**Collected data entries:**

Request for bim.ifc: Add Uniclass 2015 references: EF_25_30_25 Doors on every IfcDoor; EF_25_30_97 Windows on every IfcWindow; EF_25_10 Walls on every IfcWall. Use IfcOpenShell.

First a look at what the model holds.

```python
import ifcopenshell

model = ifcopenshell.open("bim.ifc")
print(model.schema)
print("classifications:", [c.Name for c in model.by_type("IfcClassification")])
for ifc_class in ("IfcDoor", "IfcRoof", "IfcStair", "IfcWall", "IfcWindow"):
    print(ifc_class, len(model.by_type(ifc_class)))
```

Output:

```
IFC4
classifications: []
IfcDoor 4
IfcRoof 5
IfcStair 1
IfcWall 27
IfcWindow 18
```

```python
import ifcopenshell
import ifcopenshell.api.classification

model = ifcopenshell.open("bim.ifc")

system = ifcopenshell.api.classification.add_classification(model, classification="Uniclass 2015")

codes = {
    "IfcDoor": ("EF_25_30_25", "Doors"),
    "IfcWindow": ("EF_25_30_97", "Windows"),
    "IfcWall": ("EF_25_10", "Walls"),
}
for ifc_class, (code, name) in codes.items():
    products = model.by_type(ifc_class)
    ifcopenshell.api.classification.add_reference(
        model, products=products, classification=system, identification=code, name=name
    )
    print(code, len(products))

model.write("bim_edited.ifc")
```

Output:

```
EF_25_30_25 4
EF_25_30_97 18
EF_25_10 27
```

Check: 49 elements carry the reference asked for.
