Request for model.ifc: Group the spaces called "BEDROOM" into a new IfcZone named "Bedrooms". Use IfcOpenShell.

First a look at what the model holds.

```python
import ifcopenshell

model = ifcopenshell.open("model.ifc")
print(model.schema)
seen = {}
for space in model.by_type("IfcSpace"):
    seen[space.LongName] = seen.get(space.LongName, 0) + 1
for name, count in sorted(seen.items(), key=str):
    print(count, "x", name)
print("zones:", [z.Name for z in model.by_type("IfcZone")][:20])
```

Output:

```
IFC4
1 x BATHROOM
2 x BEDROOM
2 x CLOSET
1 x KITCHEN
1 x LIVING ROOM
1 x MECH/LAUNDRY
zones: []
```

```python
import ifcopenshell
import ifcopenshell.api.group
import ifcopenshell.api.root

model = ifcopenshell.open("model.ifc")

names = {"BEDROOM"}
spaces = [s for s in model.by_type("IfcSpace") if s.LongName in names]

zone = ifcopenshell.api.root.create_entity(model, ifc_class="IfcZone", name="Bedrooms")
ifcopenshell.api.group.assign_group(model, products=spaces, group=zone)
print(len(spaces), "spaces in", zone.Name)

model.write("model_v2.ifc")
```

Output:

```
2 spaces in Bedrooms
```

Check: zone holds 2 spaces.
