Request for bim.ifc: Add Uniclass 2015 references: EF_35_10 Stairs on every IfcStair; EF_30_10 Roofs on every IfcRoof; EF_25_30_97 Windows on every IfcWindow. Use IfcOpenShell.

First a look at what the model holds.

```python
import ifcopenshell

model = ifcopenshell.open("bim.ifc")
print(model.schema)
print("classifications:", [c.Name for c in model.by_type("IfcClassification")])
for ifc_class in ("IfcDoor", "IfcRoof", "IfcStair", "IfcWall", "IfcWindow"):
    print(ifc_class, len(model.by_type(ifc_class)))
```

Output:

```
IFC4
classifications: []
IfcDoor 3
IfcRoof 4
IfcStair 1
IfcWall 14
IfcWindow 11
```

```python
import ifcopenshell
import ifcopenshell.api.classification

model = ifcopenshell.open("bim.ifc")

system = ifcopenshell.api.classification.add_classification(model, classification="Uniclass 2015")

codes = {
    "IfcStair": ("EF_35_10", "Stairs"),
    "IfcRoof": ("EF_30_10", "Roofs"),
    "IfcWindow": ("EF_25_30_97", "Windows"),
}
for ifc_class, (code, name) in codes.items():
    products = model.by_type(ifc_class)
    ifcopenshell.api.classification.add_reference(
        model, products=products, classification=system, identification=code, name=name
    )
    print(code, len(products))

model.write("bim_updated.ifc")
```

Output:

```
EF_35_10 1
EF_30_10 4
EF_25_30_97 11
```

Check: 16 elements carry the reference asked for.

**Task prompt:** Copy out the records above without altering anything.

**Answer to the exercise:**
Request for bim.ifc: Add Uniclass 2015 references: EF_25_30_25 Doors on every IfcDoor; EF_25_30_97 Windows on every IfcWindow; EF_25_10 Walls on every IfcWall. Use IfcOpenShell.

First a look at what the model holds.

```python
import ifcopenshell

model = ifcopenshell.open("bim.ifc")
print(model.schema)
print("classifications:", [c.Name for c in model.by_type("IfcClassification")])
for ifc_class in ("IfcDoor", "IfcRoof", "IfcStair", "IfcWall", "IfcWindow"):
    print(ifc_class, len(model.by_type(ifc_class)))
```

Output:

```
IFC4
classifications: []
IfcDoor 4
IfcRoof 5
IfcStair 1
IfcWall 27
IfcWindow 18
```

```python
import ifcopenshell
import ifcopenshell.api.classification

model = ifcopenshell.open("bim.ifc")

system = ifcopenshell.api.classification.add_classification(model, classification="Uniclass 2015")

codes = {
    "IfcDoor": ("EF_25_30_25", "Doors"),
    "IfcWindow": ("EF_25_30_97", "Windows"),
    "IfcWall": ("EF_25_10", "Walls"),
}
for ifc_class, (code, name) in codes.items():
    products = model.by_type(ifc_class)
    ifcopenshell.api.classification.add_reference(
        model, products=products, classification=system, identification=code, name=name
    )
    print(code, len(products))

model.write("bim_edited.ifc")
```

Output:

```
EF_25_30_25 4
EF_25_30_97 18
EF_25_10 27
```

Check: 49 elements carry the reference asked for.
Request for model.ifc: Group the spaces called "BEDROOM" into a new IfcZone named "Bedrooms". Use IfcOpenShell.

First a look at what the model holds.

```python
import ifcopenshell

model = ifcopenshell.open("model.ifc")
print(model.schema)
seen = {}
for space in model.by_type("IfcSpace"):
    seen[space.LongName] = seen.get(space.LongName, 0) + 1
for name, count in sorted(seen.items(), key=str):
    print(count, "x", name)
print("zones:", [z.Name for z in model.by_type("IfcZone")][:20])
```

Output:

```
IFC4
1 x BATHROOM
2 x BEDROOM
2 x CLOSET
1 x KITCHEN
1 x LIVING ROOM
1 x MECH/LAUNDRY
zones: []
```

```python
import ifcopenshell
import ifcopenshell.api.group
import ifcopenshell.api.root

model = ifcopenshell.open("model.ifc")

names = {"BEDROOM"}
spaces = [s for s in model.by_type("IfcSpace") if s.LongName in names]

zone = ifcopenshell.api.root.create_entity(model, ifc_class="IfcZone", name="Bedrooms")
ifcopenshell.api.group.assign_group(model, products=spaces, group=zone)
print(len(spaces), "spaces in", zone.Name)

model.write("model_v2.ifc")
```

Output:

```
2 spaces in Bedrooms
```

Check: zone holds 2 spaces.
Request for bim.ifc: Add Uniclass 2015 references: EF_35_10 Stairs on every IfcStair; EF_30_10 Roofs on every IfcRoof; EF_25_30_97 Windows on every IfcWindow. Use IfcOpenShell.

First a look at what the model holds.

```python
import ifcopenshell

model = ifcopenshell.open("bim.ifc")
print(model.schema)
print("classifications:", [c.Name for c in model.by_type("IfcClassification")])
for ifc_class in ("IfcDoor", "IfcRoof", "IfcStair", "IfcWall", "IfcWindow"):
    print(ifc_class, len(model.by_type(ifc_class)))
```

Output:

```
IFC4
classifications: []
IfcDoor 3
IfcRoof 4
IfcStair 1
IfcWall 14
IfcWindow 11
```

```python
import ifcopenshell
import ifcopenshell.api.classification

model = ifcopenshell.open("bim.ifc")

system = ifcopenshell.api.classification.add_classification(model, classification="Uniclass 2015")

codes = {
    "IfcStair": ("EF_35_10", "Stairs"),
    "IfcRoof": ("EF_30_10", "Roofs"),
    "IfcWindow": ("EF_25_30_97", "Windows"),
}
for ifc_class, (code, name) in codes.items():
    products = model.by_type(ifc_class)
    ifcopenshell.api.classification.add_reference(
        model, products=products, classification=system, identification=code, name=name
    )
    print(code, len(products))

model.write("bim_updated.ifc")
```

Output:

```
EF_35_10 1
EF_30_10 4
EF_25_30_97 11
```

Check: 16 elements carry the reference asked for.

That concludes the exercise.